El nuevo Presidente Santos de Colombia, hecho con el mismo molde derechista de su predecesor Álvaro Uribe, se enfrenta a un dilema espinoso: continuar siendo un instrumento de confrontación militar y desestabilización estadounidense de Venezuela a costa de varios miles de millones de dólares en pérdidas comerciales y aislamiento del resto de América Latina, o aliviar las tensiones e incursiones fronterizas desembarazándose de la retórica de la provocación y normalizando las relaciones con Venezuela. Si sucede esto último, Estados Unidos perderá la última herramienta de su estrategia exterior de alimentar las «tensiones» y la guerra psicológica. A Washington le quedarán dos opciones: una intervención militar directa y unilateral o financiar una guerra política a través de sus colaboradores en el interior del país.

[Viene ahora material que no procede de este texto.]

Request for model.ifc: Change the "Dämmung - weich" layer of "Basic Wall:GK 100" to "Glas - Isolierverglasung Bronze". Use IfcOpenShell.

First a look at what the model holds.

```python
import ifcopenshell
import ifcopenshell.util.element

model = ifcopenshell.open("model.ifc")
print(model.schema)
for layer_set in model.by_type("IfcMaterialLayerSet"):
    if layer_set.LayerSetName == "Basic Wall:GK 100":
        for layer in layer_set.MaterialLayers:
            print(layer.id(), layer.Material and layer.Material.Name, layer.LayerThickness, sep=" | ")
        print(len(ifcopenshell.util.element.get_elements_by_material(model, layer_set)), "elements and types use it")
print(sorted(m.Name for m in model.by_type("IfcMaterial") if m.Name)[:60])
```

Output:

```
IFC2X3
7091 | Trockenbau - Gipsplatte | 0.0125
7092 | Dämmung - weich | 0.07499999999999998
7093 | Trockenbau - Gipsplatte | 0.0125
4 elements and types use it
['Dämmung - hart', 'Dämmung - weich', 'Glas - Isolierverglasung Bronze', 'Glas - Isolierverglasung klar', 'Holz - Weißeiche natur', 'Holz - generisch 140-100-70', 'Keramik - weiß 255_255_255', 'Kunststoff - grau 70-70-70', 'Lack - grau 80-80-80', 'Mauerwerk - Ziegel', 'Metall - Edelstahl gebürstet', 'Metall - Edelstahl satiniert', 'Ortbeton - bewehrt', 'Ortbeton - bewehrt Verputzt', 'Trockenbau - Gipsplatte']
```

```python
import ifcopenshell
import ifcopenshell.api.material

model = ifcopenshell.open("model.ifc")

layer_set = next(s for s in model.by_type("IfcMaterialLayerSet") if s.LayerSetName == "Basic Wall:GK 100")
layer = next(l for l in layer_set.MaterialLayers if l.Material and l.Material.Name == "Dämmung - weich")
material = next(m for m in model.by_type("IfcMaterial") if m.Name == "Glas - Isolierverglasung Bronze")

# Point this one layer at the other material; renaming the old one would change it everywhere.
ifcopenshell.api.material.edit_layer(model, layer=layer, attributes={}, material=material)

print([l.Material.Name if l.Material else None for l in layer_set.MaterialLayers])

model.write("model_edited.ifc")
```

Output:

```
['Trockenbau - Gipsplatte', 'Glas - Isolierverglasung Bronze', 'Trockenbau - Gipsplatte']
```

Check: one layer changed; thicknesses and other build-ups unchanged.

Mientras tanto, el Presidente Chávez y sus partidarios harían bien en concentrarse en sacar a la economía de la recesión, aplacar la corrupción del Estado y la ineficacia monumental y capacitar a los consejos comunitarios y fabriles para que desempeñen un papel más relevante en todos los aspectos, desde el incremento de la productividad hasta la seguridad pública. En última instancia, la seguridad de Venezuela a largo plazo frente a los tentáculos largos y penetrantes del imperio estadounidense depende de la fuerza de la organización de las agrupaciones de masas que sustentan el gobierno de Chávez.